What can men do to help improve diversity in the workplace?
Men play a crucial role in improving workplace diversity. Many of them have the positional power to question the procedures and rules that affect hiring and advancement inside of their organizations. Simple things like having diversity policies, reducing gender bias in recruitment and interviewing practices, and encouraging contractors to do the same are easy for men in senior positions. Even men without positional power have the advantage of benefiting from cultural biases about what power looks like. An angry man is passionate while an angry woman is unstable. A man can raise his voice to make a point while a woman doing the same would risk censure. Men can use that power in the workplace to ensure that women's' ideas are heard, that women get credit for their work and thoughts, and that women who exercise leadership in non-traditional ways are respected.
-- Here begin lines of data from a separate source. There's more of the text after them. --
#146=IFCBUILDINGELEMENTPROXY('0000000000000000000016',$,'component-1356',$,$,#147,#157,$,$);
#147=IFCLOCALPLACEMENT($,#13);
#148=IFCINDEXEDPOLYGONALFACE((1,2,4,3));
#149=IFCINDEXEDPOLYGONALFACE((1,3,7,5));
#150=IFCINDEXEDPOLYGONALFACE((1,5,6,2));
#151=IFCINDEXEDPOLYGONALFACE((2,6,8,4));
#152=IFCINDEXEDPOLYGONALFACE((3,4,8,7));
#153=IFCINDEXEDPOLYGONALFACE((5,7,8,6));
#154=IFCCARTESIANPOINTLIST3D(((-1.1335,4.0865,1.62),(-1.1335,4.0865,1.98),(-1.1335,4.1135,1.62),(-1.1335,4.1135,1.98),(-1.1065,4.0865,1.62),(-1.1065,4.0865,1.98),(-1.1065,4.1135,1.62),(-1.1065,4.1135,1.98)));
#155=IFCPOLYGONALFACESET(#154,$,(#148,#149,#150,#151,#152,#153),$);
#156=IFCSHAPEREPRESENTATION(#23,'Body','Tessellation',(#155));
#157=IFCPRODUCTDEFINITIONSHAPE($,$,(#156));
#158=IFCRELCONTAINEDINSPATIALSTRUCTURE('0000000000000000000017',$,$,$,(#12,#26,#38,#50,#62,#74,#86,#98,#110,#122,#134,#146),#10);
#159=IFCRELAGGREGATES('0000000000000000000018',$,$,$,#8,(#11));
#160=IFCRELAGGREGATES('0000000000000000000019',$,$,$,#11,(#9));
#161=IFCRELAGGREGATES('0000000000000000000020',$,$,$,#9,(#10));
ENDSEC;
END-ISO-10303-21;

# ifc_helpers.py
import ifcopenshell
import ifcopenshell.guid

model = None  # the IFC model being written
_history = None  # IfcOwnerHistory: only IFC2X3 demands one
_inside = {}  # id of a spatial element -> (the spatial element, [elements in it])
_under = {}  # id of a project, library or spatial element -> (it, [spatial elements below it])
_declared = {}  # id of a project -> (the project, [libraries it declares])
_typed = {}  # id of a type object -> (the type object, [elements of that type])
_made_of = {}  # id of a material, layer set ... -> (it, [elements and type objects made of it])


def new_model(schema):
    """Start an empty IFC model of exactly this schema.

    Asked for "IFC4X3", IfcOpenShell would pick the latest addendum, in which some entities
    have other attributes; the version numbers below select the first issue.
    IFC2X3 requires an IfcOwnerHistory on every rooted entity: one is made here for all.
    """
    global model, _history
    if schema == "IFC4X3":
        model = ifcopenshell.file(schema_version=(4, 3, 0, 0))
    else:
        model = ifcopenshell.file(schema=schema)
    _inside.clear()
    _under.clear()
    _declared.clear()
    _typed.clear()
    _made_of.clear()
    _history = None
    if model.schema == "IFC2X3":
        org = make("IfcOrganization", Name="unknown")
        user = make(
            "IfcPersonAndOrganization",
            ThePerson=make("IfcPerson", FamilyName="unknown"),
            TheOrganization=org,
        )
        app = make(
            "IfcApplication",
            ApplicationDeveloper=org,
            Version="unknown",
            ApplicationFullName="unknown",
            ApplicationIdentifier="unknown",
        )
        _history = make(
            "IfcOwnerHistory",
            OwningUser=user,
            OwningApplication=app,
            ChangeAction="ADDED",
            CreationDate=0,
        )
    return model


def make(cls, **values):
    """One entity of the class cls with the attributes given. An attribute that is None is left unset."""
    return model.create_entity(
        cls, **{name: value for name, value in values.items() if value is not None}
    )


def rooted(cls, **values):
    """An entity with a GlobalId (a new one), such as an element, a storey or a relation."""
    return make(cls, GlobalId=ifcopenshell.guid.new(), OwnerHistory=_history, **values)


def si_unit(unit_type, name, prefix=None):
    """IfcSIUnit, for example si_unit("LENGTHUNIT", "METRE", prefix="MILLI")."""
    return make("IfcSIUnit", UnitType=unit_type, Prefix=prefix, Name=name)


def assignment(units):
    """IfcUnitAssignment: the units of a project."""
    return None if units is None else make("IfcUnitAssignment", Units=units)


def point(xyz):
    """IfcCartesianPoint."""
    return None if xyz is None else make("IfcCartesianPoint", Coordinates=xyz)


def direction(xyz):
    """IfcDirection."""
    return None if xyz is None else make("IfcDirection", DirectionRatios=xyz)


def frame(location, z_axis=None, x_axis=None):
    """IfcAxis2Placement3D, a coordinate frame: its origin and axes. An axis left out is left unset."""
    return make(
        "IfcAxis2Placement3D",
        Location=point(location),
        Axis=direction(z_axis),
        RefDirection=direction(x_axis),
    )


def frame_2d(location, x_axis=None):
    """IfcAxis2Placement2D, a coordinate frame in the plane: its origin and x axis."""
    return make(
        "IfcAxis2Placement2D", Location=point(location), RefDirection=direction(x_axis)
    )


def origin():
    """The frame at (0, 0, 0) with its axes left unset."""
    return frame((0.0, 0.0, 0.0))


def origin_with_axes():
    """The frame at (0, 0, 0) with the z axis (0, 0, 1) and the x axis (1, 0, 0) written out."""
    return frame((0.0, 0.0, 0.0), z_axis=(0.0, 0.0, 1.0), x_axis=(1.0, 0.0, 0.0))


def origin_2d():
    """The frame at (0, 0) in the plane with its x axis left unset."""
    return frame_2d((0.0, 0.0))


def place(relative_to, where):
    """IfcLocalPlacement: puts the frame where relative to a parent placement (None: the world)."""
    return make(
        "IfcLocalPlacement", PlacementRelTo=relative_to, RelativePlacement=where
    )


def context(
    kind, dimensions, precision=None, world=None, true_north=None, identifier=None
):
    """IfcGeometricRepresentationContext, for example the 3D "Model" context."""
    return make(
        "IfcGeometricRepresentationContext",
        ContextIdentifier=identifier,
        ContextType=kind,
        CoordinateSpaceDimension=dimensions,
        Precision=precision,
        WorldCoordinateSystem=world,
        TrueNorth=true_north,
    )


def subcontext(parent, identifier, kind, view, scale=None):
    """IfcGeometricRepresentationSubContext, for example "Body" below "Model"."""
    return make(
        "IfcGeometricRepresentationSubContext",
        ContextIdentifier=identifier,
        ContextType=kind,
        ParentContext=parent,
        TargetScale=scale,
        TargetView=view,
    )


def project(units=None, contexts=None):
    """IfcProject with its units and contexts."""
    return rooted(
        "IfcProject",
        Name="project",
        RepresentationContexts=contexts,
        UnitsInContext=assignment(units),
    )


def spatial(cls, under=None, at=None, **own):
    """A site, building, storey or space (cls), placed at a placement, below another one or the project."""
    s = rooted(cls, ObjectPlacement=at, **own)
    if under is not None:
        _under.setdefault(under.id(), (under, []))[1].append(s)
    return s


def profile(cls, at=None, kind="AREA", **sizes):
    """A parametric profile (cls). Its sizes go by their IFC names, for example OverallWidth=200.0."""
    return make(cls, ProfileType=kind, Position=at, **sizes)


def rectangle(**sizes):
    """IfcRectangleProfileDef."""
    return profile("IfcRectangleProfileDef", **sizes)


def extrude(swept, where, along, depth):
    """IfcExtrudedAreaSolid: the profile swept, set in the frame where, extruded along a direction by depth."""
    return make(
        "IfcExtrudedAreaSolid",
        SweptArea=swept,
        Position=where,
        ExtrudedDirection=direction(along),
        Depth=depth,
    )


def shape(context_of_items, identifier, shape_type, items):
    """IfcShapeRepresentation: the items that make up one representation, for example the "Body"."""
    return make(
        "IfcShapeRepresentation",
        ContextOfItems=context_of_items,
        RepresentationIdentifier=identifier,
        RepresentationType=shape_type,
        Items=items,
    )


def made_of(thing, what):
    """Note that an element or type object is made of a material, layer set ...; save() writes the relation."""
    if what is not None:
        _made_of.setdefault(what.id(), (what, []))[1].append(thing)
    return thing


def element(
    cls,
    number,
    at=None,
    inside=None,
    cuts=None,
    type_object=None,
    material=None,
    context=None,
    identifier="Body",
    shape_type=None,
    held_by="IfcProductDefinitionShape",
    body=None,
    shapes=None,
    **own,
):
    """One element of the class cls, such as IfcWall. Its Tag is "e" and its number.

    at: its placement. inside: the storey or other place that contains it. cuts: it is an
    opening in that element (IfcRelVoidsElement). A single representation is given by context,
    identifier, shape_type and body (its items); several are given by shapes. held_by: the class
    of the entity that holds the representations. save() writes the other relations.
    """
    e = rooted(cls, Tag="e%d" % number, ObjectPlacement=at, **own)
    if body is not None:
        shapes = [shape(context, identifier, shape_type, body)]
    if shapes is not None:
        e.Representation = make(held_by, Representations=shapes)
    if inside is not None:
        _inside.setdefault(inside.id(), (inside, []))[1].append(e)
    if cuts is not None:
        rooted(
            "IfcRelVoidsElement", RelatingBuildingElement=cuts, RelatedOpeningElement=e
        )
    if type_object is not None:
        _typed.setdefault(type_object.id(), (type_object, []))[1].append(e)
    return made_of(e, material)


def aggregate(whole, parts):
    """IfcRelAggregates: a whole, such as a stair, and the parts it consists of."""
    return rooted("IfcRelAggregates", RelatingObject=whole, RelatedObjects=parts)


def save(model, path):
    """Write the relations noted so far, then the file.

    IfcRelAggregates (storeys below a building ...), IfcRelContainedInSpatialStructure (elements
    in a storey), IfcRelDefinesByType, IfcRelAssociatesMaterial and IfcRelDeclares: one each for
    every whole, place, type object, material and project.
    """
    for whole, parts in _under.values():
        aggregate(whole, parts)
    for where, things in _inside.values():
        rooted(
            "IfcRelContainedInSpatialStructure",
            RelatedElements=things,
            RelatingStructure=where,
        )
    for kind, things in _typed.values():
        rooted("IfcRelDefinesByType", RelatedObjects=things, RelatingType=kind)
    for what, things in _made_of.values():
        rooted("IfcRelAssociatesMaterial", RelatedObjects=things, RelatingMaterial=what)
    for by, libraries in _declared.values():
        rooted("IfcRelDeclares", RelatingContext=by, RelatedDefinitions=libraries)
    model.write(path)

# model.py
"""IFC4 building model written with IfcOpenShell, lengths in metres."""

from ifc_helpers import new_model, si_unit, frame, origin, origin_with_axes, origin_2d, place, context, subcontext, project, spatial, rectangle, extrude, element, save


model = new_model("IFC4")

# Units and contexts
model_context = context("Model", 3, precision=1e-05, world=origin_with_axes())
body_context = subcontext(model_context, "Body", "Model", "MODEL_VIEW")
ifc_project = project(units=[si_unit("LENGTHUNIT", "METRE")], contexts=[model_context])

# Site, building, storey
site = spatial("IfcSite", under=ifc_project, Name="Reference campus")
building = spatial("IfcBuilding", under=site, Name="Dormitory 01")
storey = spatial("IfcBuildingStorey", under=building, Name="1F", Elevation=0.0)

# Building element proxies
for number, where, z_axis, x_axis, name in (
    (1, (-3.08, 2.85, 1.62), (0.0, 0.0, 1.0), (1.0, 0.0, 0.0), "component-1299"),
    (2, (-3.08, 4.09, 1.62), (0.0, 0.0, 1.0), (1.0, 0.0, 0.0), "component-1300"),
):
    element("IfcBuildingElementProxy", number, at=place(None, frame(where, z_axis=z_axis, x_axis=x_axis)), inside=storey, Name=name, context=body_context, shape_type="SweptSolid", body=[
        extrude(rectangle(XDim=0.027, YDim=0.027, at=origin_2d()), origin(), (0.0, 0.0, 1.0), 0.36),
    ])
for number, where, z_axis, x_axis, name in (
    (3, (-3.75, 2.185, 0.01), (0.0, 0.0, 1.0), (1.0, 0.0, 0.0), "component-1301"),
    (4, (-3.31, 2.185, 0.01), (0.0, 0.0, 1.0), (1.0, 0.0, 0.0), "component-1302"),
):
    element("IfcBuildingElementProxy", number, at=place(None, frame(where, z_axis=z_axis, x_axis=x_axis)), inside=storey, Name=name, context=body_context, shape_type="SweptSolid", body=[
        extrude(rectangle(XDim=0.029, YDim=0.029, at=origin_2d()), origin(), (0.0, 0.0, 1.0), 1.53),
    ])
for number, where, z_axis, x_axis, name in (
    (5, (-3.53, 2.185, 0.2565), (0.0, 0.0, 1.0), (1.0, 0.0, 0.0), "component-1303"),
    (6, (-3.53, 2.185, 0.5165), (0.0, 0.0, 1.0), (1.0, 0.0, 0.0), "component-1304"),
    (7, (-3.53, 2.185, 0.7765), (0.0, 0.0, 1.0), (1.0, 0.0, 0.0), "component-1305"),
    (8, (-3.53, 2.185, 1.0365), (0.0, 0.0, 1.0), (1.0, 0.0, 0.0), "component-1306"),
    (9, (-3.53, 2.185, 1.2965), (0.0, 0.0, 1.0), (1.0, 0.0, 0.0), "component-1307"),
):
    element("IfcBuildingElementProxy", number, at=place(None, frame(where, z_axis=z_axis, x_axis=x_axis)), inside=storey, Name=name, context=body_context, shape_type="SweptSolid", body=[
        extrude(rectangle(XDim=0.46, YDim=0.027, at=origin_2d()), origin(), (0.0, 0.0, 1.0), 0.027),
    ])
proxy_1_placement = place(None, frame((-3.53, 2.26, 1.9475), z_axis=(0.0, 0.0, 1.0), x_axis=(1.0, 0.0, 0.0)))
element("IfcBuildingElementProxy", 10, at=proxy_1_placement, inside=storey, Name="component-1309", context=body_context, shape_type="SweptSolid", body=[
In male-dominated spaces, like boardrooms and IT departments, gender diversity can only be achieved through men's efforts.
Why are women crucial to the continued growth of the tech sector?
A friend once asked me why I'm not more concerned about the lack of female truck drivers. My answer was that if I owned a logistics company, and I had more work than I could handle because it was difficult and expensive to find drivers, and I noticed that 85% of the drivers were men, then I'd be asking myself why women aren't applying to drive my trucks. If I needed sober, dependable people who are good drivers and enjoy solitude, it would boggle my mind that there are no women applying. Solving that problem would be the easiest way to dramatically grow my business. That's exactly the position I'm in as a manager in IT. Some of my best programmers are women, so I know women can code, but when I look for programmers, 90% of the applicants are men. With the IT sector booming, and already hitting crippling labour shortages in many areas, identifying and eliminating anything keeping almost half of the population from joining the tech sector workforce should be our most pressing issue.
Men becoming more sympathetic to and understanding of gender diversity issues is essential to the future of technology. Not only is there a moral imperative to help achieve equality but doing so will improve business, make the world a safer place and personally benefit men.